- **Task statement**: Report each line from the data below that holds the word "IFCPROJECT".

(Saved data entries)
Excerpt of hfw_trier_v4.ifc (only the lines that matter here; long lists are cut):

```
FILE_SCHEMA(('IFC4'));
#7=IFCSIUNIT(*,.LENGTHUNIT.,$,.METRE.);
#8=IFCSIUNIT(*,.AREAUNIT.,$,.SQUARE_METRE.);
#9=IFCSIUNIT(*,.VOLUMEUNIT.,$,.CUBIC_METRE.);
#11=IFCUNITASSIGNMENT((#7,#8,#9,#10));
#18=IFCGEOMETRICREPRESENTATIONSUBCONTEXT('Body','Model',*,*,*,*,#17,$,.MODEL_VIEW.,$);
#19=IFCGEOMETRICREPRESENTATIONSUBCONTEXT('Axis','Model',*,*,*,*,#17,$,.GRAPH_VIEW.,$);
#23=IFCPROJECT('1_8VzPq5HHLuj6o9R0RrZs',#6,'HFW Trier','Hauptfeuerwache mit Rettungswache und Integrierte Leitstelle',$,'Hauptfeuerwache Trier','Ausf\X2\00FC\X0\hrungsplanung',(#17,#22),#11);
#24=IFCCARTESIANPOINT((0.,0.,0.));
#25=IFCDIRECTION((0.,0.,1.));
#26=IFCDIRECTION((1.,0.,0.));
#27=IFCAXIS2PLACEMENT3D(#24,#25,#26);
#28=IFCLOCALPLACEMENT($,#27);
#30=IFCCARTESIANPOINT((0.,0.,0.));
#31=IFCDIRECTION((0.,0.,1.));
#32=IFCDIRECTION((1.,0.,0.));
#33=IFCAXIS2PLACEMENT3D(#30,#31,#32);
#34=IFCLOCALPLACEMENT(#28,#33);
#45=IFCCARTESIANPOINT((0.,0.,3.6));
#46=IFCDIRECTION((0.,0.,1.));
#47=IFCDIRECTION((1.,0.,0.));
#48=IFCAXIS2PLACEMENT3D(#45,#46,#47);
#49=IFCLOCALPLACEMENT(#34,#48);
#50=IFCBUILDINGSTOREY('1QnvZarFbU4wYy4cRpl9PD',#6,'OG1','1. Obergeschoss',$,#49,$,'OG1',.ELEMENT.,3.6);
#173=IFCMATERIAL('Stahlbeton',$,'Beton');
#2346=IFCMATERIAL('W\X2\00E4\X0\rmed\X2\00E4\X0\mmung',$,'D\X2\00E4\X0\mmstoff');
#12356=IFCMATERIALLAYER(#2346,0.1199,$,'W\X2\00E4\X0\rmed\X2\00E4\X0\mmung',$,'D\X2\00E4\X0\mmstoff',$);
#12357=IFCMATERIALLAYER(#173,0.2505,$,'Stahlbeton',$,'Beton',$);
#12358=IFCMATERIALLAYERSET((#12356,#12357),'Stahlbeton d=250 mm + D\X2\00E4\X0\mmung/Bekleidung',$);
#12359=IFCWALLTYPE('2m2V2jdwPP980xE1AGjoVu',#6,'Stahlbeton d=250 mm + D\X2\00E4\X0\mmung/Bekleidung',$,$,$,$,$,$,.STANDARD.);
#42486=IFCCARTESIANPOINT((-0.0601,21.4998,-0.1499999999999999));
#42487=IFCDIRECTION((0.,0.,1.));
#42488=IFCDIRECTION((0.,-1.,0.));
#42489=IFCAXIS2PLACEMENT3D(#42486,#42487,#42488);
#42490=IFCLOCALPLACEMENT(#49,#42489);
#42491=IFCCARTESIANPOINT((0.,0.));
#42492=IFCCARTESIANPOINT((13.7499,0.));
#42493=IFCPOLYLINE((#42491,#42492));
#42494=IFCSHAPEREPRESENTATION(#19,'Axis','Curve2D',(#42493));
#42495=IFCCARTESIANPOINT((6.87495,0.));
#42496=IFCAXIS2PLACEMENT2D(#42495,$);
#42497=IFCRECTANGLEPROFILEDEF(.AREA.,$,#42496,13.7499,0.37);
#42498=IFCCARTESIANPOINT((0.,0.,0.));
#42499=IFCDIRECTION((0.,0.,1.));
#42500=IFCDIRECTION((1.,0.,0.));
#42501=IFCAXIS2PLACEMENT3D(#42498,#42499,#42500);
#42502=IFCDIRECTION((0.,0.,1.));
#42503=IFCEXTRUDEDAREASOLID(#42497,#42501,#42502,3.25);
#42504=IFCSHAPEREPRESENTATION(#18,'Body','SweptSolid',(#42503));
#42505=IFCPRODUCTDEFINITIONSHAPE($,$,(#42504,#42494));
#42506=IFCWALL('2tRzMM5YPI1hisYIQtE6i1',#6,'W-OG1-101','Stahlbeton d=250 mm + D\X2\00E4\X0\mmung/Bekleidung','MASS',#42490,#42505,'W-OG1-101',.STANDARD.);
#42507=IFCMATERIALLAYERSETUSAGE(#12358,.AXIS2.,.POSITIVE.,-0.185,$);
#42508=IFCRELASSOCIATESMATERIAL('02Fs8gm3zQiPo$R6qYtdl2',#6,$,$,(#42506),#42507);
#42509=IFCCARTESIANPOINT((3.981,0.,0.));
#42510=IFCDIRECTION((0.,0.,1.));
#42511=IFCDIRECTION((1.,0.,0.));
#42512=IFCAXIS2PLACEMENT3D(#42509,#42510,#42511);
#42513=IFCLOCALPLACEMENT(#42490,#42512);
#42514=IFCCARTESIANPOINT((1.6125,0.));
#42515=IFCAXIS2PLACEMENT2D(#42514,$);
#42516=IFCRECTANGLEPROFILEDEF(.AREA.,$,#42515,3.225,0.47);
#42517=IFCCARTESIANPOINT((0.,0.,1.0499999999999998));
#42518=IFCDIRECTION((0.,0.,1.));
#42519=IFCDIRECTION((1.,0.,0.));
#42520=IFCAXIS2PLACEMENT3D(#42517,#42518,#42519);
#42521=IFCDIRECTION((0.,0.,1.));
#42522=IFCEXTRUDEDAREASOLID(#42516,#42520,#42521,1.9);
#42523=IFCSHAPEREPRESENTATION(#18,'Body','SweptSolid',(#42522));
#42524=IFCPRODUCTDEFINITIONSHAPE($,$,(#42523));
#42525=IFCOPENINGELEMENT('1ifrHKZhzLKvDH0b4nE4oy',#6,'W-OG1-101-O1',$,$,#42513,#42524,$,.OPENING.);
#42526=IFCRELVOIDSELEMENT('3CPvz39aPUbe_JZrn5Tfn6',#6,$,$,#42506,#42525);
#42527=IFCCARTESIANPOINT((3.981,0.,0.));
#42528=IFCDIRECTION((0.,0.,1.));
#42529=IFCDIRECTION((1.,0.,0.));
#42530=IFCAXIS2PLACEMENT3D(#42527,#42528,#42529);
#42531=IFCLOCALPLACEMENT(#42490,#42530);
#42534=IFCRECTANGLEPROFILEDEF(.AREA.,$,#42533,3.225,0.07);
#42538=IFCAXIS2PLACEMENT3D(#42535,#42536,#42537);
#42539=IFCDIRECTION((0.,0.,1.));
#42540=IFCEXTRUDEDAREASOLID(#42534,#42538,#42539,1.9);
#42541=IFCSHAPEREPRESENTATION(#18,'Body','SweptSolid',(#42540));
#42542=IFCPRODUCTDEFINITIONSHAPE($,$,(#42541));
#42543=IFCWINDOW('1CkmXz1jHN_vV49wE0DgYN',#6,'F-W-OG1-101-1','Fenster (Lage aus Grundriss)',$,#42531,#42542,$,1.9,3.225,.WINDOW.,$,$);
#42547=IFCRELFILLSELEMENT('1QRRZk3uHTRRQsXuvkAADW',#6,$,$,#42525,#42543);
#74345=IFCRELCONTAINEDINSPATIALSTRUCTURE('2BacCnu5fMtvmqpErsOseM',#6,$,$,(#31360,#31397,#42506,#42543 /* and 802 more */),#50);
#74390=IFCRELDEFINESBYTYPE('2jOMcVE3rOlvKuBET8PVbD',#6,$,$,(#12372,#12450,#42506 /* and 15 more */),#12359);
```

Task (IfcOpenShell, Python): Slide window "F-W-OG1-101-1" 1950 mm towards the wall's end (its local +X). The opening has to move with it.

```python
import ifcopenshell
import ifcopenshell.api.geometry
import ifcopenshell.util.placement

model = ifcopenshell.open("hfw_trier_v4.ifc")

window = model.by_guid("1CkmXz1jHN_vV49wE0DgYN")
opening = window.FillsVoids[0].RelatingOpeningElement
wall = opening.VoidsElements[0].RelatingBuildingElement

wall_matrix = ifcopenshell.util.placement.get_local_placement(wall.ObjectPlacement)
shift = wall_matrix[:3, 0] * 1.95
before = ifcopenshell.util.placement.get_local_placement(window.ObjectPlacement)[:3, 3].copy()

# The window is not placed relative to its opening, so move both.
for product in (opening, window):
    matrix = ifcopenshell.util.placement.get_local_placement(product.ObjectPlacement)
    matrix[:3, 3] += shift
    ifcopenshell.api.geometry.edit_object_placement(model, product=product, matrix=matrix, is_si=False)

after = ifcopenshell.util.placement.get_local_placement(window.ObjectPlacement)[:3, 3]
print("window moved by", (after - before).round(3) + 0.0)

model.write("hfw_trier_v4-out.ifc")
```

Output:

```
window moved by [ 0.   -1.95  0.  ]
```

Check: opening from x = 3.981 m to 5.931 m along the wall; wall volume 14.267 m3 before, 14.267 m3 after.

---

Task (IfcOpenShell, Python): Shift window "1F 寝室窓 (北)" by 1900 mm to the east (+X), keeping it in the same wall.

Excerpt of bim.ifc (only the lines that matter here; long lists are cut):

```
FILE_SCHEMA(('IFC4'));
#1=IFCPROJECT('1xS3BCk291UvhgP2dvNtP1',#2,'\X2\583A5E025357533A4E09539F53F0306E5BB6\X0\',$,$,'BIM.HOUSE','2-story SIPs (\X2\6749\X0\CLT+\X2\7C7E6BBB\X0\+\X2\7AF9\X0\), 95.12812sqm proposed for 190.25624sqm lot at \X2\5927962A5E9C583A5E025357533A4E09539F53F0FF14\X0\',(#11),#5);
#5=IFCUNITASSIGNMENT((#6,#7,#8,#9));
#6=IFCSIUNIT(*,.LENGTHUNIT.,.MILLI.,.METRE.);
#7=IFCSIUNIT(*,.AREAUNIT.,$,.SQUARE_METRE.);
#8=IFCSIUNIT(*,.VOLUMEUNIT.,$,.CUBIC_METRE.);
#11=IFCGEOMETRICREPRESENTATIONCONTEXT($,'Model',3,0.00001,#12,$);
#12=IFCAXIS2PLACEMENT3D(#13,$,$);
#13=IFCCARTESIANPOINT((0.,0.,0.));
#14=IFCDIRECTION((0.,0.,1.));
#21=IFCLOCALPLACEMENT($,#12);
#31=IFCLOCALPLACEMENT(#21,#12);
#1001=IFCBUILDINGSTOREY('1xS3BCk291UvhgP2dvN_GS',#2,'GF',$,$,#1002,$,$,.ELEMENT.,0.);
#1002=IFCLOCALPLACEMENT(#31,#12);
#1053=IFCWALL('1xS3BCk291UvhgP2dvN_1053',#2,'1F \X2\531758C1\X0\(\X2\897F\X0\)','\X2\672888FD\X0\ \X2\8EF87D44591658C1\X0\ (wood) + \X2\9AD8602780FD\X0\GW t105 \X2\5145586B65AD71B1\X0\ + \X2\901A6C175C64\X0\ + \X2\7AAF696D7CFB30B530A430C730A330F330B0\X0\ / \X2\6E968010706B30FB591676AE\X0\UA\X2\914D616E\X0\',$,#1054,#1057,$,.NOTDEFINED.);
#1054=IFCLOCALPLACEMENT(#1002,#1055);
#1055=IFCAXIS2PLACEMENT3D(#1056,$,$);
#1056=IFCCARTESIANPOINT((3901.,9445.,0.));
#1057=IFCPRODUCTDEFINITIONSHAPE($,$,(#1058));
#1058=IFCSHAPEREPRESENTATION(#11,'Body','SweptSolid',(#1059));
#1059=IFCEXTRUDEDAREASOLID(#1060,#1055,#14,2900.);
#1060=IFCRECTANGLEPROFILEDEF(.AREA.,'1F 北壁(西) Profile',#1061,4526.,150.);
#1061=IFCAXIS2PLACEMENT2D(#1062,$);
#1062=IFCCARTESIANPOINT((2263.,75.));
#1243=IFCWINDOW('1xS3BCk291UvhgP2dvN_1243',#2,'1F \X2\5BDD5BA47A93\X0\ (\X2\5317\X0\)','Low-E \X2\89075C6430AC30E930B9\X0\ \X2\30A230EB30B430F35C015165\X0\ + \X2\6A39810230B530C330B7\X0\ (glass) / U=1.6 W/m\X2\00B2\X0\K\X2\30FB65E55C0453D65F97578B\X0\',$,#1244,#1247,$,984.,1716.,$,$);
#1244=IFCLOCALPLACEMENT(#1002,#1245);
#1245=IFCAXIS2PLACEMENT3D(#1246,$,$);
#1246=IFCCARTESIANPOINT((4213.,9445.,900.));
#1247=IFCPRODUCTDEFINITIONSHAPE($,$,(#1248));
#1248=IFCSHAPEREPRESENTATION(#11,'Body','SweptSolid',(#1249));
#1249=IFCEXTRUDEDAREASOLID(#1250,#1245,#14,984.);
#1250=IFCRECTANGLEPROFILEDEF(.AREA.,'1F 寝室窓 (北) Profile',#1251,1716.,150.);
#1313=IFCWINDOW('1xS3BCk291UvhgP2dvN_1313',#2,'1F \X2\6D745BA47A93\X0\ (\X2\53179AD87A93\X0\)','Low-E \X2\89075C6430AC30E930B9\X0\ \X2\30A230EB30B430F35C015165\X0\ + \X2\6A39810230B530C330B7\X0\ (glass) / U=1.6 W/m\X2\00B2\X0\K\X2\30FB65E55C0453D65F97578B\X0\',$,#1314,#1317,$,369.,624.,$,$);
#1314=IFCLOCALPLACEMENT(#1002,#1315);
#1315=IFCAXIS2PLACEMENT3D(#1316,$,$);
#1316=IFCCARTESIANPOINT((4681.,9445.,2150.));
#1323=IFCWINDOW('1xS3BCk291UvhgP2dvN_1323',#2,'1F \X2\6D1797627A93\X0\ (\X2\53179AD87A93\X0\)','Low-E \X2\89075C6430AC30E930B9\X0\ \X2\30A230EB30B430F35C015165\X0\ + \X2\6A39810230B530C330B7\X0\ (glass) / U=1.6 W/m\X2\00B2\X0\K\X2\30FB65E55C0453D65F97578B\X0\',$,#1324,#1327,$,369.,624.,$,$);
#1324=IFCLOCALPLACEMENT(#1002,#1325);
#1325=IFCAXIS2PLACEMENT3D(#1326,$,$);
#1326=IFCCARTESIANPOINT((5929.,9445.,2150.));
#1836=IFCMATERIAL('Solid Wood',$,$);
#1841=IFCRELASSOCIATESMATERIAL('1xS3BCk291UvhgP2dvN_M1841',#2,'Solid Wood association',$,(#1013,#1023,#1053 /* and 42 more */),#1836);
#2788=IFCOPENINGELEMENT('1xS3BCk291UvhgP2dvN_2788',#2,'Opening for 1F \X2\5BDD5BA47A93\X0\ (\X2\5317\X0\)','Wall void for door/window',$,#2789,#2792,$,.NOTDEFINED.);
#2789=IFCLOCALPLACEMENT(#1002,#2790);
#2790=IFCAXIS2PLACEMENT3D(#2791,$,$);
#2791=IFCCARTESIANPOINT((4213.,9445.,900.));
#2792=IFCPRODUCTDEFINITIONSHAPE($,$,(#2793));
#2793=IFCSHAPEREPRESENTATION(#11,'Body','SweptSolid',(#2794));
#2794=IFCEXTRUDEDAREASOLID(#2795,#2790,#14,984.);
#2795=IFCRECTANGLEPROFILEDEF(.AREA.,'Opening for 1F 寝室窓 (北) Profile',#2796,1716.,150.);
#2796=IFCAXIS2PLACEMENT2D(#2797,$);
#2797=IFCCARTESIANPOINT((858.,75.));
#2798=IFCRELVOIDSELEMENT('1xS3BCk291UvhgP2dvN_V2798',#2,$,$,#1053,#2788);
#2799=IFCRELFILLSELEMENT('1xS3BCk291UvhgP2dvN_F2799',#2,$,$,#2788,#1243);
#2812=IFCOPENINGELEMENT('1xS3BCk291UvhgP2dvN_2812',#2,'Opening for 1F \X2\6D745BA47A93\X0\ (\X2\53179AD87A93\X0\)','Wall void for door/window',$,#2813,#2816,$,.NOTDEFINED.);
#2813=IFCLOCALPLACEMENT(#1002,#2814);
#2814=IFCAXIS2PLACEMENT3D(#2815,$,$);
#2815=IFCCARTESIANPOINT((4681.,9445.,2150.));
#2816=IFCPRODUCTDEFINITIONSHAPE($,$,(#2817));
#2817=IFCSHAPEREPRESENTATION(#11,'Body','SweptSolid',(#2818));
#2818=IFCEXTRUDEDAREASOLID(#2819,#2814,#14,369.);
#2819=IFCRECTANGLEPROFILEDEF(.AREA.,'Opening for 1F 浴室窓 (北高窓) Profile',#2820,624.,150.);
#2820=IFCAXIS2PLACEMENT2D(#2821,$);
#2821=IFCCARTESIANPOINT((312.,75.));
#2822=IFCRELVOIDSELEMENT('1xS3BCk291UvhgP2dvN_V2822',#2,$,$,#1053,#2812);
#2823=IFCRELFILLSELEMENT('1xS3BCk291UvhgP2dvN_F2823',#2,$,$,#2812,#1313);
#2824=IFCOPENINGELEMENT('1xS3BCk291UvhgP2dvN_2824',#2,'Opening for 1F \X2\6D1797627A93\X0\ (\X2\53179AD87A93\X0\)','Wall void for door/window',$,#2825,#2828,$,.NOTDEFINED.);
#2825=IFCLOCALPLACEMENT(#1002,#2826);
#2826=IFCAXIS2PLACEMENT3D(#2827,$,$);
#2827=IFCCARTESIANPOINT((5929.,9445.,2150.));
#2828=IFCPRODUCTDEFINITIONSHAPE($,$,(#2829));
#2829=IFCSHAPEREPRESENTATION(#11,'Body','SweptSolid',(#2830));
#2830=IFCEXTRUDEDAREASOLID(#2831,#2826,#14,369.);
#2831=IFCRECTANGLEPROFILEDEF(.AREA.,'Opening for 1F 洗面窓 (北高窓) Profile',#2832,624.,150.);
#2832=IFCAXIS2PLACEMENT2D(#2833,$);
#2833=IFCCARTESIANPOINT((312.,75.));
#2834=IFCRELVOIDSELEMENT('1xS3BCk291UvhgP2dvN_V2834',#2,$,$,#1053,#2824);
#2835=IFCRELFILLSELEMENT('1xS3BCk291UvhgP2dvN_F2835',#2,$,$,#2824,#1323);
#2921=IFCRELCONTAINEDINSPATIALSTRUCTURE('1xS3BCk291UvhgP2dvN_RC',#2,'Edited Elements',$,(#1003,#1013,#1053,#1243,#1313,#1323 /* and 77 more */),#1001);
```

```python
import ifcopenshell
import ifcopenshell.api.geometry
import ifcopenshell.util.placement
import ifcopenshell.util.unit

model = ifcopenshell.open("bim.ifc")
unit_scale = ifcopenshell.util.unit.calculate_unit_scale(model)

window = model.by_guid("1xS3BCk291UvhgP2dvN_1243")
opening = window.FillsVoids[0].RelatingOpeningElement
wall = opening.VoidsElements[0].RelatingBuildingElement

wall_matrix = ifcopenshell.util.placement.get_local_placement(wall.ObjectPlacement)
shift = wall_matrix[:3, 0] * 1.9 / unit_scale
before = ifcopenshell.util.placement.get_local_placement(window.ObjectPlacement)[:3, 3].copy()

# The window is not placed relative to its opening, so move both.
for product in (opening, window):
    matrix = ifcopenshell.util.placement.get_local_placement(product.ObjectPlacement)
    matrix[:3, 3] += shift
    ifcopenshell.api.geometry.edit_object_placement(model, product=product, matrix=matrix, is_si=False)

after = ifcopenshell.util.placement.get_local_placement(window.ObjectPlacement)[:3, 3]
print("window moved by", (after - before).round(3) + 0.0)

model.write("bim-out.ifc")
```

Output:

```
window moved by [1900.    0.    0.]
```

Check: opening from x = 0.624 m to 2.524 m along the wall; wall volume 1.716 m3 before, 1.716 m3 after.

- **Output for this task**:
#23=IFCPROJECT('1_8VzPq5HHLuj6o9R0RrZs',#6,'HFW Trier','Hauptfeuerwache mit Rettungswache und Integrierte Leitstelle',$,'Hauptfeuerwache Trier','Ausf\X2\00FC\X0\hrungsplanung',(#17,#22),#11);
#1=IFCPROJECT('1xS3BCk291UvhgP2dvNtP1',#2,'\X2\583A5E025357533A4E09539F53F0306E5BB6\X0\',$,$,'BIM.HOUSE','2-story SIPs (\X2\6749\X0\CLT+\X2\7C7E6BBB\X0\+\X2\7AF9\X0\), 95.12812sqm proposed for 190.25624sqm lot at \X2\5927962A5E9C583A5E025357533A4E09539F53F0FF14\X0\',(#11),#5);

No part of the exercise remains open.